TwitPic Review: Far From Picture Perfect
-remembers your login info
-automatically tweets your pic
-can't view your twitpic account
-most Twitter clients already offer this
Twitter users around the world have learned to love the world of 140-character microblogging, but that doesn’t mean a picture’s not worth a thousand words. Over the past year a number of photo-hosting services aimed at Tweeters have begun to pop up. Services like yfrog, Posterous, and img.ly have been gaining traction at an alarming rate, but none have proven as popular as TwitPic. It was only a matter of time until one of these services developed an app for the iPhone, but is it really necessary?
TwitPic for the iPhone lets you log in to your twitpic account, upload any photo stored on your device, comment on it and tweet it… and that’s it. Essentially TwitPic is a twitter client for twitpic photos only. In a world where Twitter clients offered zero photo functionality, this would be a godsend. But that’s not the world we live in. In fact, most iPhone Twitter clients not only offer image uploading features but allow you to pick from a list of hosts including twitpic.

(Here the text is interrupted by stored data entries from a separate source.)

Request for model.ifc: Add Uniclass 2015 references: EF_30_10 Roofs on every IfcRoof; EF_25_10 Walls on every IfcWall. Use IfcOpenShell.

First a look at what the model holds.

```python
import ifcopenshell

model = ifcopenshell.open("model.ifc")
print(model.schema)
print("classifications:", [c.Name for c in model.by_type("IfcClassification")])
for ifc_class in ("IfcDoor", "IfcRoof", "IfcStair", "IfcWall", "IfcWindow"):
    print(ifc_class, len(model.by_type(ifc_class)))
```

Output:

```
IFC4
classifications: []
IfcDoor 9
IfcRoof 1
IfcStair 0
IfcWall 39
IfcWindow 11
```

```python
import ifcopenshell
import ifcopenshell.api.classification

model = ifcopenshell.open("model.ifc")

system = ifcopenshell.api.classification.add_classification(model, classification="Uniclass 2015")

codes = {
    "IfcRoof": ("EF_30_10", "Roofs"),
    "IfcWall": ("EF_25_10", "Walls"),
}
for ifc_class, (code, name) in codes.items():
    products = model.by_type(ifc_class)
    ifcopenshell.api.classification.add_reference(
        model, products=products, classification=system, identification=code, name=name
    )
    print(code, len(products))

model.write("model-out.ifc")
```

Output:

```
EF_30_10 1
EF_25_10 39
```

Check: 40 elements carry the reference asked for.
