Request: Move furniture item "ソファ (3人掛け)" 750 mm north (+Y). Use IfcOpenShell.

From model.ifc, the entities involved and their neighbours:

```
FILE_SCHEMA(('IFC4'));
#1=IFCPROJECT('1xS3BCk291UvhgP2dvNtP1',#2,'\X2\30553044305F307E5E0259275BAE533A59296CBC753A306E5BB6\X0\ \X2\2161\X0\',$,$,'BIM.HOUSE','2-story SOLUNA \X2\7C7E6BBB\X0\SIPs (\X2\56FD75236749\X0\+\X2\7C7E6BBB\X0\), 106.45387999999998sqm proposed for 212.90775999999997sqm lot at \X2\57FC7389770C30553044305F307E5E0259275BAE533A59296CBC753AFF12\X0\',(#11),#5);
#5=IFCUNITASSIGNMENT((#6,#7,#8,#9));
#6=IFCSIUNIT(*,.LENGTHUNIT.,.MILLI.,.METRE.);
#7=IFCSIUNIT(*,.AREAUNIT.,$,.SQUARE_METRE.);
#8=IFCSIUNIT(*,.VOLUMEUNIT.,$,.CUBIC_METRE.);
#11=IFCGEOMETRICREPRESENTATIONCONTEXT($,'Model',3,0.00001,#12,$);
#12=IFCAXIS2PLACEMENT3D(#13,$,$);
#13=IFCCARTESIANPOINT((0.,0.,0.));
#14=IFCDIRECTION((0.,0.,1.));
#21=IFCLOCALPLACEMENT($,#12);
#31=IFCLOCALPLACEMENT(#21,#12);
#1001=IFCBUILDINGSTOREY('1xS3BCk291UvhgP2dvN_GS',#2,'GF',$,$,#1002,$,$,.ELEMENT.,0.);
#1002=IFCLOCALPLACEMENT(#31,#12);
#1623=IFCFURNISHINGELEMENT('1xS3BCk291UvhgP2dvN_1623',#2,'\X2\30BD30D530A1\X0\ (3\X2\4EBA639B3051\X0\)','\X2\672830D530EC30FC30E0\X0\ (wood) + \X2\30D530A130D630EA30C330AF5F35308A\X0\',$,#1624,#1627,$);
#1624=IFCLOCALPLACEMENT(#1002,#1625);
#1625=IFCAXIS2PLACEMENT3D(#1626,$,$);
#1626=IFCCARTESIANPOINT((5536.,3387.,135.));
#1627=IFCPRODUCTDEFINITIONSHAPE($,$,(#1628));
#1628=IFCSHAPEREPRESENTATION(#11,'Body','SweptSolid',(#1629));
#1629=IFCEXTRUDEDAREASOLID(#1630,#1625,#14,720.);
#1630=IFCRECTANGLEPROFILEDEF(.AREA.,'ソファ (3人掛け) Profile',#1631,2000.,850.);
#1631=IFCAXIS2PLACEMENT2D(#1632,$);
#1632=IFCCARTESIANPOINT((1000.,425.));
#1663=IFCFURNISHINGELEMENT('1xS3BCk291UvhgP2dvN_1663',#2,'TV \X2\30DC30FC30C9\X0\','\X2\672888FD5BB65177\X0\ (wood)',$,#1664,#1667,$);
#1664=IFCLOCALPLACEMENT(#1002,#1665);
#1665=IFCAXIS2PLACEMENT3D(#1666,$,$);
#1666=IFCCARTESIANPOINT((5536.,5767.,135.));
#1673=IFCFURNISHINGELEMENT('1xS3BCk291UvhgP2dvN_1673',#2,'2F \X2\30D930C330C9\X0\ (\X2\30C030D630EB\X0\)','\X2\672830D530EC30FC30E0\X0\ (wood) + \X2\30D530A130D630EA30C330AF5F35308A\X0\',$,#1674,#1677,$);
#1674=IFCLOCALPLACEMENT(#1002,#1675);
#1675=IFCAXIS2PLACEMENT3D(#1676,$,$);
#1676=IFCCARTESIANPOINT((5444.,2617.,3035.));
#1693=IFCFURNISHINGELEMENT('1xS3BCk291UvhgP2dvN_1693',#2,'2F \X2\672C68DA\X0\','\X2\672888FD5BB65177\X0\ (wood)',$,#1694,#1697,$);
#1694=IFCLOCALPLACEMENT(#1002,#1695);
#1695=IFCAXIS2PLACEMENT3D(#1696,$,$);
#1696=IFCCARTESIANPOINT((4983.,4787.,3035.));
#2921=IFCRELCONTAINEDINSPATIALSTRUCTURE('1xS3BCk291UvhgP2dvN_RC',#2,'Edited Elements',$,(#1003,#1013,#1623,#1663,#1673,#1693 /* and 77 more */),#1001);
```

```python
import ifcopenshell
import ifcopenshell.api.geometry
import ifcopenshell.util.placement
import ifcopenshell.util.unit

model = ifcopenshell.open("model.ifc")
unit_scale = ifcopenshell.util.unit.calculate_unit_scale(model)

item = model.by_guid("1xS3BCk291UvhgP2dvN_1623")
matrix = ifcopenshell.util.placement.get_local_placement(item.ObjectPlacement)
matrix[1, 3] += 0.75 / unit_scale
ifcopenshell.api.geometry.edit_object_placement(model, product=item, matrix=matrix, is_si=False)

print(ifcopenshell.util.placement.get_local_placement(item.ObjectPlacement).round(3) + 0.0)

model.write("model-out.ifc")
```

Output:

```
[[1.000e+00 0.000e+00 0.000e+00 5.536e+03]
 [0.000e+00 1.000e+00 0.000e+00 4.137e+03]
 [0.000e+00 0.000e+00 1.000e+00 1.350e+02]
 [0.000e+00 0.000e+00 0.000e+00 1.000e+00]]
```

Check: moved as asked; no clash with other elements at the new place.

The developers behind this app couldn’t have been oblivious to this fact, and yet their design decisions suggest just that very thing. Adding in twitpic specific features such as browsing your photo history or the photo history of other users would have added something fresh and new here, but such features are conspicuously absent. Going one step further they could have added in features that have been glaringly omitted from the site like a search functionality, but again, this app functions as little more than the image uploader you already have in a client.

Even as an image uploader, it’s far from perfect. Once you enter the portion of the process where you “comment” on your photo, giving the tweet text, you’re officially locked in. If, say, you change your mind at the last minute and decide you’d rather not post the image for whatever reason (logged into the wrong acct, don’t want to embarrass your wife, etc..), tough beans. There’s no way to cancel at that point. Even worse? Logging out of the app will then force your pic to post when you boot it back up.
If you’re looking for a quick way to pop your photos on to Twitter without booting up your Twitter client for whatever reason, this is definitely going to be a handy little tool. The problem? I can’t imagine anyone who that situation might apply to. It’s like entering the word processor market and offering a fantastic app for backspacing. No matter how good it is, it doesn’t matter — every app already does that. And this app? It’s a sub-par backspacer at best.
Considering there are so many options that already exist for uploading photos to twitpic, this app feels completely edundant. Had they added in some basic features like the ability to browse your twitpic acct or search through the photos of others, they may have had something worth checking out. As it stands though, TwitPic for the iPhone offers a tiny set of features that you’ll already find built into the vast majority of Twitter clients in the App Store.

For what it’s worth, I don’t believe this app is an official TwitPic application.